[Start of section]

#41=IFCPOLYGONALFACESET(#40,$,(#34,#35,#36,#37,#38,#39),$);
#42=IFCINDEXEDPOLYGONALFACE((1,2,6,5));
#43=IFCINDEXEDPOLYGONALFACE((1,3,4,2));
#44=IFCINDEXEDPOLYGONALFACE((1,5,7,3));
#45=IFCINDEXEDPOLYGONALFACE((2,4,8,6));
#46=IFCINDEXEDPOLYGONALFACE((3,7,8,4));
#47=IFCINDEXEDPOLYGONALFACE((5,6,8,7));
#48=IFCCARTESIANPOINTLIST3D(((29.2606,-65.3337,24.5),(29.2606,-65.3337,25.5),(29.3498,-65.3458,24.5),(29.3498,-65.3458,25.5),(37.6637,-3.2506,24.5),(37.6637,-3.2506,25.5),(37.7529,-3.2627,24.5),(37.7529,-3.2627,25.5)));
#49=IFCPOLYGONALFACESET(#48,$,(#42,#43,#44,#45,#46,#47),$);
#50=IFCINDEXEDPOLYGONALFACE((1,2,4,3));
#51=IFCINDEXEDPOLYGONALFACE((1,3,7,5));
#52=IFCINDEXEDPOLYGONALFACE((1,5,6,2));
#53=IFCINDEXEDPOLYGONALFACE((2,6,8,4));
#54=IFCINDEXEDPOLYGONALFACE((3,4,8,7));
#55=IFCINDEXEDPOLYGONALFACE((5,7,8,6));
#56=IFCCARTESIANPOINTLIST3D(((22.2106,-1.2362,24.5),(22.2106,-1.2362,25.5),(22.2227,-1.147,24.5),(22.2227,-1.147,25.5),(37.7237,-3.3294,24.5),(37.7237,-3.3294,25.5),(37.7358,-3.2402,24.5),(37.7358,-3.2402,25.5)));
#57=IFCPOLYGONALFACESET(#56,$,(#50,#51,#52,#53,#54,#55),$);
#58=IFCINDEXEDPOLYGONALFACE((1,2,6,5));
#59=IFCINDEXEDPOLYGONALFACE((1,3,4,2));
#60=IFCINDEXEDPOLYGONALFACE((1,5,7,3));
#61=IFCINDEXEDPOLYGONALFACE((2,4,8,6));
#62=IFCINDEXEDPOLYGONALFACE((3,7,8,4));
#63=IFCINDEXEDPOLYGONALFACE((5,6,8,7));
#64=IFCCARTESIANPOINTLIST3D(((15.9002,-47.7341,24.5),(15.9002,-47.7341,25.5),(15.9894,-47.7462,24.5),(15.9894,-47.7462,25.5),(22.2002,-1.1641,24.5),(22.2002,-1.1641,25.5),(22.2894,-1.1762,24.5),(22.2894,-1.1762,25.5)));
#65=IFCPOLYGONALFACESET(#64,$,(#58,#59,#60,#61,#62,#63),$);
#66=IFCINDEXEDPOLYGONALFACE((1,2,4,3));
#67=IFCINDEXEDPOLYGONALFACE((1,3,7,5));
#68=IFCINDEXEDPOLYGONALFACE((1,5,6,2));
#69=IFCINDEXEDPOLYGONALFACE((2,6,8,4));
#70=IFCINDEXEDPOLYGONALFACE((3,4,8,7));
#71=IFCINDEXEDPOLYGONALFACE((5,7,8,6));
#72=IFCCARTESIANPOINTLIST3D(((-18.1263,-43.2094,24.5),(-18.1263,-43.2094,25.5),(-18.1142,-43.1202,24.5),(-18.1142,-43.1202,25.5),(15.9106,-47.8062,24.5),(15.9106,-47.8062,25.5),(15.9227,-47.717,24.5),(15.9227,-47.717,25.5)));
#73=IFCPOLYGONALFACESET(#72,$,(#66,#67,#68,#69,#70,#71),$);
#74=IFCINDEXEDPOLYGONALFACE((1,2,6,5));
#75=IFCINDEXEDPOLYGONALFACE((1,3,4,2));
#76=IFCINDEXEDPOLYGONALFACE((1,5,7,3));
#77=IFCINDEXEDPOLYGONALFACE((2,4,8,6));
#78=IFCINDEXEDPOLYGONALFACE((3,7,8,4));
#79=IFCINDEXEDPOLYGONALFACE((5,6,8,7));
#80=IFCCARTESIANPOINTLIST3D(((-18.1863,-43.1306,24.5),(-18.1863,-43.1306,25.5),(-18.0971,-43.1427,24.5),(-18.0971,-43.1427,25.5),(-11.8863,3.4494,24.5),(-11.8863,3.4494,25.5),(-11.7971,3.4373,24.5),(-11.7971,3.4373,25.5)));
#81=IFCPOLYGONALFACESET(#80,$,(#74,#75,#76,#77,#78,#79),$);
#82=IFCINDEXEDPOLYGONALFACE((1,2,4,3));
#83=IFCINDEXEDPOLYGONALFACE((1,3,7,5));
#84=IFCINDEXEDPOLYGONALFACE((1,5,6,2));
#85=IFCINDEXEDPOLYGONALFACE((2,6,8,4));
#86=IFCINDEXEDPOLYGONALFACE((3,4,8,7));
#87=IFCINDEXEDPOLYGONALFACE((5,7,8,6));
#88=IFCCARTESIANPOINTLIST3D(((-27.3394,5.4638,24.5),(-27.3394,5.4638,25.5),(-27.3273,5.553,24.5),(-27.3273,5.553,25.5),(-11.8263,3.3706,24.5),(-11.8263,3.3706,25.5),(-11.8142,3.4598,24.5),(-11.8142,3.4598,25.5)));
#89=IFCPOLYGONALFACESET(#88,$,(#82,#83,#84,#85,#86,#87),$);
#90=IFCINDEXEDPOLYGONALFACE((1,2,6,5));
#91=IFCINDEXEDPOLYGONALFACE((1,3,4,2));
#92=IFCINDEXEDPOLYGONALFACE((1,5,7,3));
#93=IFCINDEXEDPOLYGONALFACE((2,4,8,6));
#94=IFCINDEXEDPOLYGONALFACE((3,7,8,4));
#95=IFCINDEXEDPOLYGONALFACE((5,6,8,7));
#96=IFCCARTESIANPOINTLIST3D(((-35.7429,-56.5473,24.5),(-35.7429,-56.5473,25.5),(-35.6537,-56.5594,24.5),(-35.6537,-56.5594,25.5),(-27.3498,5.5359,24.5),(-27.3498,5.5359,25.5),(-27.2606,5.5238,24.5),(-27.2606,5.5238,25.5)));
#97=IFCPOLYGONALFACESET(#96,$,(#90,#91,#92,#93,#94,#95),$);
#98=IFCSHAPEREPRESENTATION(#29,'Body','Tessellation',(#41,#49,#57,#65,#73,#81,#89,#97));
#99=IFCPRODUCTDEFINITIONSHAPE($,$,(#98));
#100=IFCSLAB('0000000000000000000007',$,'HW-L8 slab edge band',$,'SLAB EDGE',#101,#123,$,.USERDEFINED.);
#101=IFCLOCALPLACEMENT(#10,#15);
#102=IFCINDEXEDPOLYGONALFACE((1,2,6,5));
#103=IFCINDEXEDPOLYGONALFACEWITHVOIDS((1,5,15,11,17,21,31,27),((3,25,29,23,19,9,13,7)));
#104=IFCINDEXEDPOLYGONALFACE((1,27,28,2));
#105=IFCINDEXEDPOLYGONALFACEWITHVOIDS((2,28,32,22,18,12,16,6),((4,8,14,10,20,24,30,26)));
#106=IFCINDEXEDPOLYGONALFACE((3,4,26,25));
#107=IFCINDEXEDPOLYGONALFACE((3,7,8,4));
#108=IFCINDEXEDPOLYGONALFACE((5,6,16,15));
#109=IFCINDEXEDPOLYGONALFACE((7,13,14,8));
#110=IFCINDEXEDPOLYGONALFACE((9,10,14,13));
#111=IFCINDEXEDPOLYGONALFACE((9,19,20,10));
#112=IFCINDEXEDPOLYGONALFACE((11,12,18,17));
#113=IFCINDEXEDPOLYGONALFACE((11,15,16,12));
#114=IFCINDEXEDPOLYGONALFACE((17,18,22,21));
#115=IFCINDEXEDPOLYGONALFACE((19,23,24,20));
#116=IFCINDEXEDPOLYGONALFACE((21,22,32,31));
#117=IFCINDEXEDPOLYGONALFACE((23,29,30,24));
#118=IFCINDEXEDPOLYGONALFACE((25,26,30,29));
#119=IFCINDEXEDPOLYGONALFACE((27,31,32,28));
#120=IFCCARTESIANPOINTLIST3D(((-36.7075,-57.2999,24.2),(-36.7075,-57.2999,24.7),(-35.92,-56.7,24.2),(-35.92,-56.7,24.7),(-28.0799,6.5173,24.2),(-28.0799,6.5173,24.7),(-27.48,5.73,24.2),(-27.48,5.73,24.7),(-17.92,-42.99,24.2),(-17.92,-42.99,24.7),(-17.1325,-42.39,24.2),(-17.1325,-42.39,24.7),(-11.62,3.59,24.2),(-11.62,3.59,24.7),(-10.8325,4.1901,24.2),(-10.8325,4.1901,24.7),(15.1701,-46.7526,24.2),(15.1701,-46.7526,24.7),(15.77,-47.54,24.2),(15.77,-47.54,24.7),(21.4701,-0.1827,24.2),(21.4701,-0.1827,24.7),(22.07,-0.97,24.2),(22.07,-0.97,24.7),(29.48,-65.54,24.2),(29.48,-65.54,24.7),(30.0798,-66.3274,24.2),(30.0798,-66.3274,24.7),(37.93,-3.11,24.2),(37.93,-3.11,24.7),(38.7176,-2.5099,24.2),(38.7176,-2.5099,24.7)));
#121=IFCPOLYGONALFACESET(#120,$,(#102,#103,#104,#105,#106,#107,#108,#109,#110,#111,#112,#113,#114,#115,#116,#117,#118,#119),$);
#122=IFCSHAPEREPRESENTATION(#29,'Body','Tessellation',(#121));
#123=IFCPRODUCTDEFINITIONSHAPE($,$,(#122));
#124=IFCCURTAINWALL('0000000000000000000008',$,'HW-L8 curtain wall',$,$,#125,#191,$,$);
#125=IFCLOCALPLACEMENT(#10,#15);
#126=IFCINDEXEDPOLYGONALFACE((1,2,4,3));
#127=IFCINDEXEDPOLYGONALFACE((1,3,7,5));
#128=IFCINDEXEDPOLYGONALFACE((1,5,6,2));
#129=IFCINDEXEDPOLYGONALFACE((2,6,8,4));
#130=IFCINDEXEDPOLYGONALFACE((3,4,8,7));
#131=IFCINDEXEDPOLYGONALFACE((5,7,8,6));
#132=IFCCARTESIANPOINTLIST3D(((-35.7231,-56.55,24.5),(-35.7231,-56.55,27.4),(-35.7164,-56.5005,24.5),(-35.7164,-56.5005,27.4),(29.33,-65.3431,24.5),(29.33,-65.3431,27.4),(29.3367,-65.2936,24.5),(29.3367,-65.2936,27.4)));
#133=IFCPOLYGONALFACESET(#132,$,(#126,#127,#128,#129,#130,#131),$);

[End of section]
[Start of section]

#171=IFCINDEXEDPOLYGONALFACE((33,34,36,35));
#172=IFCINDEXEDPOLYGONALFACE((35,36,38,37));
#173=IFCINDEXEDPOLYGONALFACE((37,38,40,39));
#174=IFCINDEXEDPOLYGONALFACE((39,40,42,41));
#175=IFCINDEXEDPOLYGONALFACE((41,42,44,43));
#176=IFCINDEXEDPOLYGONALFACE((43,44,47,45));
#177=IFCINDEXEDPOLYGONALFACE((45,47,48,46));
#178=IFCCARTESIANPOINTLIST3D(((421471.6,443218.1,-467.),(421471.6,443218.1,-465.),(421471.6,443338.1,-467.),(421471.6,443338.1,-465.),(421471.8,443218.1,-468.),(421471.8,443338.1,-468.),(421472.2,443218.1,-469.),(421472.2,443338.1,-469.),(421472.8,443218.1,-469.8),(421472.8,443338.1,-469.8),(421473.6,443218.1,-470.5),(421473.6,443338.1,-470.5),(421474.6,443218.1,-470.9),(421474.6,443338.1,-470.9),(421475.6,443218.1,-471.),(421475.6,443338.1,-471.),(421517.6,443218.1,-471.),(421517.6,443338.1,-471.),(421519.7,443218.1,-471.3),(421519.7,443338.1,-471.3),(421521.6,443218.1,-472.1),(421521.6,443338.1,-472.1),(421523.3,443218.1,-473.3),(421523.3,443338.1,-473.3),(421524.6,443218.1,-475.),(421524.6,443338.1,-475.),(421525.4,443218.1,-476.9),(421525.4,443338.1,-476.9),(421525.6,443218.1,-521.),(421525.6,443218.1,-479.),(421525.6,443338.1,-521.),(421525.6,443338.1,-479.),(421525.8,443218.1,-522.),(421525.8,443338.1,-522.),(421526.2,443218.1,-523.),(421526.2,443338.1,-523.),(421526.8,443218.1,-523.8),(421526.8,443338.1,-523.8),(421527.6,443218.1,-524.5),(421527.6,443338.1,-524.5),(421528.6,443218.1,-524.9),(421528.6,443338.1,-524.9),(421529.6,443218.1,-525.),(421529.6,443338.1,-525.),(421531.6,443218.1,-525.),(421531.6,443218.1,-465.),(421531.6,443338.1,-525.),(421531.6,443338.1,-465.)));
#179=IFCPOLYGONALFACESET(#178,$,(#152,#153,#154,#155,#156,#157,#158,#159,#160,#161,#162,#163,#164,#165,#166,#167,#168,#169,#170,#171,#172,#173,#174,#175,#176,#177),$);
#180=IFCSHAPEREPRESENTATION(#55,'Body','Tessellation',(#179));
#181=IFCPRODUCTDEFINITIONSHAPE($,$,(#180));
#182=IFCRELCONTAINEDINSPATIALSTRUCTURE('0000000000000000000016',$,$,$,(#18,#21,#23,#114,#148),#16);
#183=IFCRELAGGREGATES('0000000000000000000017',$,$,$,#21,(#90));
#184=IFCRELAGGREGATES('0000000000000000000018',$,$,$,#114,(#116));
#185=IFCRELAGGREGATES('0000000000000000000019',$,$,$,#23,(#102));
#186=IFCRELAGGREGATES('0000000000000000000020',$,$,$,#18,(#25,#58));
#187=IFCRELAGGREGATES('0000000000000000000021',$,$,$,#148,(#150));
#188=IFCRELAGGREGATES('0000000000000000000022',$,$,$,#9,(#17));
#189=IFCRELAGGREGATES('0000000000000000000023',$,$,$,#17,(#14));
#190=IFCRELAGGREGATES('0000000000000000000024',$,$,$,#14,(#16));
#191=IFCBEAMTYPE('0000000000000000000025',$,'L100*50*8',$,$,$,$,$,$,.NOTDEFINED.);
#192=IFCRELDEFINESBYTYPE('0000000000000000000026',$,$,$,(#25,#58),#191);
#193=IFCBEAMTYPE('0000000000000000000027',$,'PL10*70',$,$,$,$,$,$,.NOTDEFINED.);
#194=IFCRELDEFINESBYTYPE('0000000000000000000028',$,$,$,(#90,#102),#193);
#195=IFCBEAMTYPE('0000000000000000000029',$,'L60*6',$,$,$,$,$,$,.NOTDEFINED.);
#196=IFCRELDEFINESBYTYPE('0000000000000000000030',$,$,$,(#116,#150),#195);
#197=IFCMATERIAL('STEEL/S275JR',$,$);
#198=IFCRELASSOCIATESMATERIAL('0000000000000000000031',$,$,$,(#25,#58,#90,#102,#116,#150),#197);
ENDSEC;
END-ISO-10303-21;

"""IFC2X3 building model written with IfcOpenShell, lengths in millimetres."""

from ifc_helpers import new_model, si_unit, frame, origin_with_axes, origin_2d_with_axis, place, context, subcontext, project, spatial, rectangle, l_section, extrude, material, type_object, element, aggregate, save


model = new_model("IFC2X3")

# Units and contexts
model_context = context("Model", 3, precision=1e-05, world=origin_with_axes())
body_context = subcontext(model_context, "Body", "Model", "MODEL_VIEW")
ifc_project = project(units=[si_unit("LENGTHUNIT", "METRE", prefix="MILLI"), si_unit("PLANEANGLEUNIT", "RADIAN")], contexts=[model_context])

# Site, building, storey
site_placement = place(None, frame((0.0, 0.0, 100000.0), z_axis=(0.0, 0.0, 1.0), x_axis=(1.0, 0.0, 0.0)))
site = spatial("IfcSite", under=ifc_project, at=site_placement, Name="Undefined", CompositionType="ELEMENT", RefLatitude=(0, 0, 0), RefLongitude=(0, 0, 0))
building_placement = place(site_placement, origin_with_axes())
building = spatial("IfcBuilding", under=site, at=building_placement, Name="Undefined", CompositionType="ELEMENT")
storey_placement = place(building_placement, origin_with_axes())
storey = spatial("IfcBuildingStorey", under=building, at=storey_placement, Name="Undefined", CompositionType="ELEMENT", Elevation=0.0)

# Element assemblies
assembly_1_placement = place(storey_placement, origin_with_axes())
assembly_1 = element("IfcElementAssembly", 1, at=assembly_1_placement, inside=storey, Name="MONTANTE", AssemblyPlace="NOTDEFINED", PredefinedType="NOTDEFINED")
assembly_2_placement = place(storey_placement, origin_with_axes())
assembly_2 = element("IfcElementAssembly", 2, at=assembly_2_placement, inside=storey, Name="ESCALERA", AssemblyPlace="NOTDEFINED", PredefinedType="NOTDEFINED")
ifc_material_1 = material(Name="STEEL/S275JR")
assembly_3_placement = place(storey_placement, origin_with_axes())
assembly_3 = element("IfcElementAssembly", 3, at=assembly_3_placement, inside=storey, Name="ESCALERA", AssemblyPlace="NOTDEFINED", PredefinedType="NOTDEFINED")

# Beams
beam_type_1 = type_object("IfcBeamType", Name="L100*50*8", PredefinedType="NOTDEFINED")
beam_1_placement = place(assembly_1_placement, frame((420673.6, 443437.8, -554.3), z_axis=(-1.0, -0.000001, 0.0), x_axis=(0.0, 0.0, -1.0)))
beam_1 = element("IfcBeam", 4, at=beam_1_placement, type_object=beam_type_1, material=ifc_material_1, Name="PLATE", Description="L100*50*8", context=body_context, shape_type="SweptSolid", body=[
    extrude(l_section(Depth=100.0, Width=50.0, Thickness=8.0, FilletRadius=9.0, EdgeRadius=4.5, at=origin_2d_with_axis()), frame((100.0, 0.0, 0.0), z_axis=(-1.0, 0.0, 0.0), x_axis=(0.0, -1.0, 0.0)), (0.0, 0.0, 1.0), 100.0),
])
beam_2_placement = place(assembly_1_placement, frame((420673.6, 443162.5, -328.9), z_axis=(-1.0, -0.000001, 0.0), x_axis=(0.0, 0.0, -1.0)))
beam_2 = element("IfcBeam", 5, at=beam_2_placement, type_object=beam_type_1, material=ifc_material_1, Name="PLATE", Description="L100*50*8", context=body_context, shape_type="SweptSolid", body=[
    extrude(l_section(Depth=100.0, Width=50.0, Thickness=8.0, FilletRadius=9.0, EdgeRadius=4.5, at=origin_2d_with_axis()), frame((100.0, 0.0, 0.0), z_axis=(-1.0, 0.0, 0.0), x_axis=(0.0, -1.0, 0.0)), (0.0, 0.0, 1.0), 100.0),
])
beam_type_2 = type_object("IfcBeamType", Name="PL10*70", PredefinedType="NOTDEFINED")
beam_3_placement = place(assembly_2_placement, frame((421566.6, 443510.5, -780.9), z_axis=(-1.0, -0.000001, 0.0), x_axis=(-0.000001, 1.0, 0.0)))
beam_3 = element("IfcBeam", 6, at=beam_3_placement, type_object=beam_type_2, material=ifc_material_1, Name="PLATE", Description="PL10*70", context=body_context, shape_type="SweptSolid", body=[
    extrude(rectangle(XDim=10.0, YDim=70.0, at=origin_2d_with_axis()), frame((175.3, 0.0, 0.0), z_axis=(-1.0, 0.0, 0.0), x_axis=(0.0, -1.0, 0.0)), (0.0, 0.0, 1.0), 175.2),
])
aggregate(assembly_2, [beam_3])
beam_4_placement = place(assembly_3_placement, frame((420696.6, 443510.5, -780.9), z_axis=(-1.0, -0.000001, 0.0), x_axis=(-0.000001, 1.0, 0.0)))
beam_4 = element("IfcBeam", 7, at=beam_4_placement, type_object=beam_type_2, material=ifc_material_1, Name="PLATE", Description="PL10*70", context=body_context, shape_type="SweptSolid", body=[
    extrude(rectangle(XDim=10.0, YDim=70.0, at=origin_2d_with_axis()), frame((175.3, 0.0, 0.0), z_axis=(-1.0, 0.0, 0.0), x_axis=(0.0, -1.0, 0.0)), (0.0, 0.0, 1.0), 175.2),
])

[End of section]
[Start of section]

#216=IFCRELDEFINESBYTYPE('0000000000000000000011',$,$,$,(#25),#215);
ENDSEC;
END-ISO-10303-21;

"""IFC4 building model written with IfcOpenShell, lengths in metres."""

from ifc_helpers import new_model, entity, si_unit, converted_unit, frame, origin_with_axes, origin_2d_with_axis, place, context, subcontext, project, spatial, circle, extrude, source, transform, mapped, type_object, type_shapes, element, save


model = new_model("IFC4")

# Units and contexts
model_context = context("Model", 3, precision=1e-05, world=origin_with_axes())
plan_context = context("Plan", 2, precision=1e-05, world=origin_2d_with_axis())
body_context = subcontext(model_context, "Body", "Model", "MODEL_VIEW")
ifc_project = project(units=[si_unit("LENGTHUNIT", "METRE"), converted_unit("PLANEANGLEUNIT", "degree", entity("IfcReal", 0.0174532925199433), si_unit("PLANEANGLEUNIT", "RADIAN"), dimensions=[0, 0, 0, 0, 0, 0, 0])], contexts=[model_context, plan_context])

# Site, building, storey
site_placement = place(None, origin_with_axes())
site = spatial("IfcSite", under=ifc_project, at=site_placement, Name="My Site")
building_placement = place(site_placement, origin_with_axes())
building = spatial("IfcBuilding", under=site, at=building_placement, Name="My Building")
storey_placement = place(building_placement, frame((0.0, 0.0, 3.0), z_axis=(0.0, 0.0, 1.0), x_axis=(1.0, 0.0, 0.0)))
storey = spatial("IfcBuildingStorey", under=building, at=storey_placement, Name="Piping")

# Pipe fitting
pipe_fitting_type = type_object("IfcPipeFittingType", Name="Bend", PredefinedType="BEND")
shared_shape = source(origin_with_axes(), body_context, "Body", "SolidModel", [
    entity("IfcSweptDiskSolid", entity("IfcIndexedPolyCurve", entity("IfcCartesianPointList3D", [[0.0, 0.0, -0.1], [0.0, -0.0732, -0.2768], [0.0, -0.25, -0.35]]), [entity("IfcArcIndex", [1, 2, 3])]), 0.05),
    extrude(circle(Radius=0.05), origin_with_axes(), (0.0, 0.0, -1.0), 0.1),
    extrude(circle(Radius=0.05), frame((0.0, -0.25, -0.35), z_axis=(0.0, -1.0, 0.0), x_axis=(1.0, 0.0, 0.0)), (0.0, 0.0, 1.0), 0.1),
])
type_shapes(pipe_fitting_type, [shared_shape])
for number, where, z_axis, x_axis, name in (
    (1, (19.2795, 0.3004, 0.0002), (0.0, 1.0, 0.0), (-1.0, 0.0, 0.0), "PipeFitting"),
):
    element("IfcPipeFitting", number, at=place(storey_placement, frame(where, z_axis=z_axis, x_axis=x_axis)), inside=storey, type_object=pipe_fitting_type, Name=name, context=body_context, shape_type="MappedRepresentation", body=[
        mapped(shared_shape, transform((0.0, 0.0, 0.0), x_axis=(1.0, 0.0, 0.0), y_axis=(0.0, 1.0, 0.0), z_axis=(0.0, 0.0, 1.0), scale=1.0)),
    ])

[End of section]

Scan the material above. Copy each line that holds the word "SweptSolid".

▶ **Exercise answer**
beam_1 = element("IfcBeam", 4, at=beam_1_placement, type_object=beam_type_1, material=ifc_material_1, Name="PLATE", Description="L100*50*8", context=body_context, shape_type="SweptSolid", body=[
beam_2 = element("IfcBeam", 5, at=beam_2_placement, type_object=beam_type_1, material=ifc_material_1, Name="PLATE", Description="L100*50*8", context=body_context, shape_type="SweptSolid", body=[
beam_3 = element("IfcBeam", 6, at=beam_3_placement, type_object=beam_type_2, material=ifc_material_1, Name="PLATE", Description="PL10*70", context=body_context, shape_type="SweptSolid", body=[
beam_4 = element("IfcBeam", 7, at=beam_4_placement, type_object=beam_type_2, material=ifc_material_1, Name="PLATE", Description="PL10*70", context=body_context, shape_type="SweptSolid", body=[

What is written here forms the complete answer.